这些字离她从前的日子实在太远,可如今却一个接一个落在她眼前,像风雪里看不清的暗影,已经悄无声息跟上了这支北上的队伍。
用过早膳后,队伍继续北上。
昨夜下过一场雨,路比前几日更难走。北地的官道原本便不算平整,雨水一泡,更是坑洼泥泞,马蹄踩过去都带起一串湿泥。姜荞歌今日坐的是重新检查过的药车,车身不如原先那辆宽敞,倒也稳些。
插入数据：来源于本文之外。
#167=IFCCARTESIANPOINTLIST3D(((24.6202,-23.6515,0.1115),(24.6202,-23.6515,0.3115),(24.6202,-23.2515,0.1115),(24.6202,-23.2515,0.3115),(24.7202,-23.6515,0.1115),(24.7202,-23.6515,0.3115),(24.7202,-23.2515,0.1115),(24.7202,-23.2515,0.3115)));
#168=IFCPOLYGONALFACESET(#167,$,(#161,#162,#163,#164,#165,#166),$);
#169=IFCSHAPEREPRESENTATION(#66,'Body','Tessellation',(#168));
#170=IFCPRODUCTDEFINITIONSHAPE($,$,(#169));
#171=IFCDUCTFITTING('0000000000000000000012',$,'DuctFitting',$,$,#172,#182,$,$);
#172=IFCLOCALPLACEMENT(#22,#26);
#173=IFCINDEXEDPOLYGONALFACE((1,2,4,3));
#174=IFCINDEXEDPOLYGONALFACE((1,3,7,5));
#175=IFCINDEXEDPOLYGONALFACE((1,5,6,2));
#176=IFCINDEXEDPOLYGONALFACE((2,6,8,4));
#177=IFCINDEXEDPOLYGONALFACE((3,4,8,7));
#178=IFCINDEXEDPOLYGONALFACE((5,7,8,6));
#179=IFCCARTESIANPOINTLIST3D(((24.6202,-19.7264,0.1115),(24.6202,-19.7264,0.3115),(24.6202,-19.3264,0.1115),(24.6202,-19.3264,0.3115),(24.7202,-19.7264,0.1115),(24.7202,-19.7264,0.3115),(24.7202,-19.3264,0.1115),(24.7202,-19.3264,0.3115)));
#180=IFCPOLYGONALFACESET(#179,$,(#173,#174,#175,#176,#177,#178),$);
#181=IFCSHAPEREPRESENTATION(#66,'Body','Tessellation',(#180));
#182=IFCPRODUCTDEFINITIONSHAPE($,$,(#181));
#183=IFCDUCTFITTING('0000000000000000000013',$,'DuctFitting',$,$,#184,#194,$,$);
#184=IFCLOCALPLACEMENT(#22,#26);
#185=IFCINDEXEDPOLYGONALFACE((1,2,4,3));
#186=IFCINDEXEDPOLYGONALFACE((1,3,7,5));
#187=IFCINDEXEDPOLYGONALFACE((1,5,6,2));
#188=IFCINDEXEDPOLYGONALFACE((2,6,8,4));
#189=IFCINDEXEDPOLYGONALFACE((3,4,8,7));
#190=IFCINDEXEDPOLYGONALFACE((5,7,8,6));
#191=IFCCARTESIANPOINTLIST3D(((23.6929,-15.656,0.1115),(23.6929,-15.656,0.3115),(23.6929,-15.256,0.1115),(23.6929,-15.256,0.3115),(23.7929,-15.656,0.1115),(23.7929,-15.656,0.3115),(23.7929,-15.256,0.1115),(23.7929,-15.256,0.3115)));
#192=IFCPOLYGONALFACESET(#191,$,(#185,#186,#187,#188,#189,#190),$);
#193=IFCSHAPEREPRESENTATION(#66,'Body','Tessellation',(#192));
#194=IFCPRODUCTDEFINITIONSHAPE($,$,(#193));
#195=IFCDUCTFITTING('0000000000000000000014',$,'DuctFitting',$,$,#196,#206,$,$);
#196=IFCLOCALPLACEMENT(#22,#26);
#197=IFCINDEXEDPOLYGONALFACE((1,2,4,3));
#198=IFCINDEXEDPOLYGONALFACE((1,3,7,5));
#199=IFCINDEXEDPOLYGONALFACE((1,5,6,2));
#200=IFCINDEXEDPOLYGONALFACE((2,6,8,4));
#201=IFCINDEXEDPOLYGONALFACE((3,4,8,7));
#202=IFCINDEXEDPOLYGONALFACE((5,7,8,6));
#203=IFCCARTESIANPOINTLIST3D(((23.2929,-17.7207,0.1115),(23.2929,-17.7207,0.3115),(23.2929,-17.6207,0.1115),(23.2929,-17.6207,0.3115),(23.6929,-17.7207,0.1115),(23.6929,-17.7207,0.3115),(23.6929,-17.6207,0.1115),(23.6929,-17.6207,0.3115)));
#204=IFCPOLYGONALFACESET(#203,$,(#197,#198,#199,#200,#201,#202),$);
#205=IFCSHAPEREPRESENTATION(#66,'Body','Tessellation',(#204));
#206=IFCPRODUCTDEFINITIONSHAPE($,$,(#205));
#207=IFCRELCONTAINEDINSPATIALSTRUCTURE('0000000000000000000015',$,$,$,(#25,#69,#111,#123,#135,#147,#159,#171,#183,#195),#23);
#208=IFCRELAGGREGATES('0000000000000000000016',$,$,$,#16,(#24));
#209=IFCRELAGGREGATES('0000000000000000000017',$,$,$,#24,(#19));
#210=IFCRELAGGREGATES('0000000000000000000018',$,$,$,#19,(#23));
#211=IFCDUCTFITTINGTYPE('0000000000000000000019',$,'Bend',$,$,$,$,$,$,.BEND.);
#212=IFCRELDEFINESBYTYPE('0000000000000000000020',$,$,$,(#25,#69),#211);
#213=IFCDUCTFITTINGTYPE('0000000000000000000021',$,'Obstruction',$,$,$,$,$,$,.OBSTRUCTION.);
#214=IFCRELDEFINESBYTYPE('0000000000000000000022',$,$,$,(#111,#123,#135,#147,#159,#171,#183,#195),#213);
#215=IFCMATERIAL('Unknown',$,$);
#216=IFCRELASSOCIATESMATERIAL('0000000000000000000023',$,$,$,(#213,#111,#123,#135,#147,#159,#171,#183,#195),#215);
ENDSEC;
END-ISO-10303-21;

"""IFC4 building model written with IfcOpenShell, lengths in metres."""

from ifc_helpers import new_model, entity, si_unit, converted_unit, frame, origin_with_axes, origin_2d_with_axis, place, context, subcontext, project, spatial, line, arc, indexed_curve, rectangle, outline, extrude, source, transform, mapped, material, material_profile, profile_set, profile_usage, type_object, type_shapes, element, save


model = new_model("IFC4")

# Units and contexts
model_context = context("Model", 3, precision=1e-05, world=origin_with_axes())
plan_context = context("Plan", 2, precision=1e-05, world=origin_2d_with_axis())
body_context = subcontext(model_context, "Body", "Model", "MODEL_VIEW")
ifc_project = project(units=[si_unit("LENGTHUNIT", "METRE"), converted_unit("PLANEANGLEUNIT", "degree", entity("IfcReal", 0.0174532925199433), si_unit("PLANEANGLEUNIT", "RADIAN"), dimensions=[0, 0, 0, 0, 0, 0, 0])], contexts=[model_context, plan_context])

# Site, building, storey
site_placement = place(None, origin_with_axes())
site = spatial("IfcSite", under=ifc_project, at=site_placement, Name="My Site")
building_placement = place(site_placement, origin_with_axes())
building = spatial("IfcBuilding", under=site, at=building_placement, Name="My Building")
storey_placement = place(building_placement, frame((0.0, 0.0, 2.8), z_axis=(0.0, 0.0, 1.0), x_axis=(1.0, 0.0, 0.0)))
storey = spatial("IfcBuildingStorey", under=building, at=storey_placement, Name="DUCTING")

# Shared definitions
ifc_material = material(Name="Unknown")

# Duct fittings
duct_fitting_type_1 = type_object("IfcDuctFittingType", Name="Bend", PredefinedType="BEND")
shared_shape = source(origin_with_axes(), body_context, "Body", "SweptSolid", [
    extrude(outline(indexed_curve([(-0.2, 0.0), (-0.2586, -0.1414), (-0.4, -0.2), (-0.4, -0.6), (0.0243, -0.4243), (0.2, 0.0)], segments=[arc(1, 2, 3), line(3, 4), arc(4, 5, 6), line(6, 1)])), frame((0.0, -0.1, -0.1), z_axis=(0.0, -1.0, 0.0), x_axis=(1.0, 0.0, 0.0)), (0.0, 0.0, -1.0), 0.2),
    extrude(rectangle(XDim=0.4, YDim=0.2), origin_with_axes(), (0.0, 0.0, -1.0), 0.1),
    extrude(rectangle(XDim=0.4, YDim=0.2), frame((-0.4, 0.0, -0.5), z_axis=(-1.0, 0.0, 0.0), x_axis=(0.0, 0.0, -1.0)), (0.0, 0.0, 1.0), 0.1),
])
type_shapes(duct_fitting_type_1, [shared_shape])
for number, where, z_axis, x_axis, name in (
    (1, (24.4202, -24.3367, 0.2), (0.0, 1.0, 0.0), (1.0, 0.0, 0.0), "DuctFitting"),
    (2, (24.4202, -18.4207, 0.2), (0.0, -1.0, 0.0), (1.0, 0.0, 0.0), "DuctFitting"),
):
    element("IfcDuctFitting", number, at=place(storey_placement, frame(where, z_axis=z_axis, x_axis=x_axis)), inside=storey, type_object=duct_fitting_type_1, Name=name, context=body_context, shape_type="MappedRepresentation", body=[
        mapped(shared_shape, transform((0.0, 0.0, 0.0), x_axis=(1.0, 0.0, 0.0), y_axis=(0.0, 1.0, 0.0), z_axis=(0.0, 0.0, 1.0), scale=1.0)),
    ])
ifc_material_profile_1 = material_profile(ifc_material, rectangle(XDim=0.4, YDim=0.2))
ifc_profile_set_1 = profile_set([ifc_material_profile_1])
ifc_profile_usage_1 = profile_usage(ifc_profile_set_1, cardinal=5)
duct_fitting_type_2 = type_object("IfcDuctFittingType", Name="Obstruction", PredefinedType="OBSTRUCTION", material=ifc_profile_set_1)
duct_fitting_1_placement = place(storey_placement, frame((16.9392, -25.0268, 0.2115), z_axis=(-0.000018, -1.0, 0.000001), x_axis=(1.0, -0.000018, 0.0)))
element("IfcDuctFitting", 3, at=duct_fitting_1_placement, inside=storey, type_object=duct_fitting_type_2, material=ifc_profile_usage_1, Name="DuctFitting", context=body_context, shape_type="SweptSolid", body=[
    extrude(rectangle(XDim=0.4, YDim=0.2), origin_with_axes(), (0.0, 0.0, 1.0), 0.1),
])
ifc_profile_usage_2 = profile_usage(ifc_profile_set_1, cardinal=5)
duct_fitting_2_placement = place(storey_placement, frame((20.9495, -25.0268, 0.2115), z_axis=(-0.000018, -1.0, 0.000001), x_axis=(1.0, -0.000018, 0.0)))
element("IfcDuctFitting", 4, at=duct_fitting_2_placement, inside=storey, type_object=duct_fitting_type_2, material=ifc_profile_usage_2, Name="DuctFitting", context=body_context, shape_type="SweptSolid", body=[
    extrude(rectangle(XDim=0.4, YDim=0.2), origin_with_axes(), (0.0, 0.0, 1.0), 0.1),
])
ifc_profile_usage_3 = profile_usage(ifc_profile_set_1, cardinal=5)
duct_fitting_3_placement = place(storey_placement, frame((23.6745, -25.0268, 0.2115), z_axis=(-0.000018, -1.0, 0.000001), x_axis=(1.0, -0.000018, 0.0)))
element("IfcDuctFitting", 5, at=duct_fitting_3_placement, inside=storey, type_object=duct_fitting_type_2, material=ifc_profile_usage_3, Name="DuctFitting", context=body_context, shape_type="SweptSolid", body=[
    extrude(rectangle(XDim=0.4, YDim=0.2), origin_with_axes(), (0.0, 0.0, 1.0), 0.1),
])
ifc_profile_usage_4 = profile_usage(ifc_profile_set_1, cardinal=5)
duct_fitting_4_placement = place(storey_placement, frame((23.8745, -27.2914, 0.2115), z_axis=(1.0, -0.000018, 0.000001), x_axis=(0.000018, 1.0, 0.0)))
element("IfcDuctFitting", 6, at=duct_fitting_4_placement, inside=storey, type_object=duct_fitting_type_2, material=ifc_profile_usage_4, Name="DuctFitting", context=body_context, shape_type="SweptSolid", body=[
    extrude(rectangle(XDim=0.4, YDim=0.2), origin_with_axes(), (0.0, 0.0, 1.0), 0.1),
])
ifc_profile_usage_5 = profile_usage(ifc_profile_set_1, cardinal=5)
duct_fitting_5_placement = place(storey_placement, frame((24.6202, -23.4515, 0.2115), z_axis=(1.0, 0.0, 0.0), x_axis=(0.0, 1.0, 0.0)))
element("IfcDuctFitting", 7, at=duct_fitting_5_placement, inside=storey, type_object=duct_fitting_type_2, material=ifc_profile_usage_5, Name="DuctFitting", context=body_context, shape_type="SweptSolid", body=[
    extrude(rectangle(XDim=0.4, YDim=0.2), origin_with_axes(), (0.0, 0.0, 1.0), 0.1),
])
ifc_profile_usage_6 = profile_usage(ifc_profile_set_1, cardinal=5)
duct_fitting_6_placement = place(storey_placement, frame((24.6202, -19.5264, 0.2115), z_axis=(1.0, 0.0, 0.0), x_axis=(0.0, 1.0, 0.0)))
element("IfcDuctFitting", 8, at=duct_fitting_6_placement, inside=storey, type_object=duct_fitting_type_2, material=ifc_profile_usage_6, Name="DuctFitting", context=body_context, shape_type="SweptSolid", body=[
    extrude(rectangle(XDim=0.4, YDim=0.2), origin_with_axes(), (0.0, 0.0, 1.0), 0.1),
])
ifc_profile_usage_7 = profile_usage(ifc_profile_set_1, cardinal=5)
只是路实在烂,车轮每过一处泥洼,车厢便要狠狠晃上一下。
她起初还端端正正坐着,后来被晃得肩头发疼,便不得不靠在软枕上,指尖轻轻按着肩膀。
婢女见了,忙道:“姑娘,要不要叫停一停?”
姜荞歌摇头:“还好。”
话刚出口,她又顿了顿,补了一句:“若真疼得厉害,我会说。”
婢女这才稍稍放心。
行到近午时,前头忽然传来一阵低喝,紧接着马车猛地一顿,车身往下一沉,竟生生卡住了。婢女被晃得低呼一声,姜荞歌也下意识扶住车壁。
外头很快传来亲兵的声音:“将军,车轮陷泥坑了!”
姜荞歌心里一紧。
她如今听见车轮、车轴这些字,便难免想起昨日那场险些翻车的惊险。她几乎是立刻挑起车帘一角往外看。只见前路那一段被昨夜雨水泡得稀烂,车轮一半陷进泥里,几个亲兵正上前去推,马儿却被卡得打响鼻,怎么也使不上劲。
谢凛翻身下马,大步走了过来。
他今日穿的是一身深色劲装,外头只罩了件短氅,腰身收得利落,肩背却宽阔得吓人。走到车旁时,他先看见的不是车轮,而是正试图探头出来的姜荞歌,当即眉头一沉:“你出来做什么?”
姜荞歌一顿:“我想看看是不是车又——”
“不是。”谢凛直接打断她,“车轴早上才查过三遍。坐回去。”
他说得太快,像是知道她心里在怕什么。
姜荞歌指尖松了松。谢凛抬手便将车帘往下压了压,语气仍旧不大好听:“外头全是泥,你下来是想摔一跤,还是想把鞋陷进去拔不出来?”
姜荞歌隔着车帘小声道:“我也不是那么没用。”
谢凛在外头似乎冷笑了一声,嗓音隔着车壁传进来,低低沉沉的:“你用不用得着,等会儿再说。现在给我坐好。”
话音落下,外头便没了动静,只余下亲兵们压着声喊“一、二、三”的声音。
姜荞歌坐在车里,到底还是不放心,忍了又忍,终究又悄悄掀起了一点帘角。
这一回,她没看见谢凛的脸,先看见的是他的背。
他早已将外头那件短氅脱了,随手丢给旁边亲兵,袖子也卷到了手肘上,露出结实有力的小臂。雨后天凉,他却像半点不觉冷,直接踩进那片泥里,一手按住车辕,一手扣住陷下去的轮框,肩背微微一沉,手臂与脖颈处的筋络都绷了起来。
“木板垫上。”他低喝一声。
亲兵忙将木板塞进轮下。
谢凛掌根一压,整个人像是同那辆车较上了劲。下一瞬,车身竟真的被他生生抬起了一点,旁边几名亲兵趁势往前一推,只听泥水一阵扑簌,车轮从坑里轧了出来。
姜荞歌隔着帘缝看得一愣。
她从前只知道谢凛身量高、力气大,也知道他是上过战场的人,可知道是一回事,亲眼看见却又是另一回事。京中那些公子哥便是骑马射箭,也总带着几分讲究,连汗都得流得风雅些。谢凛却不是。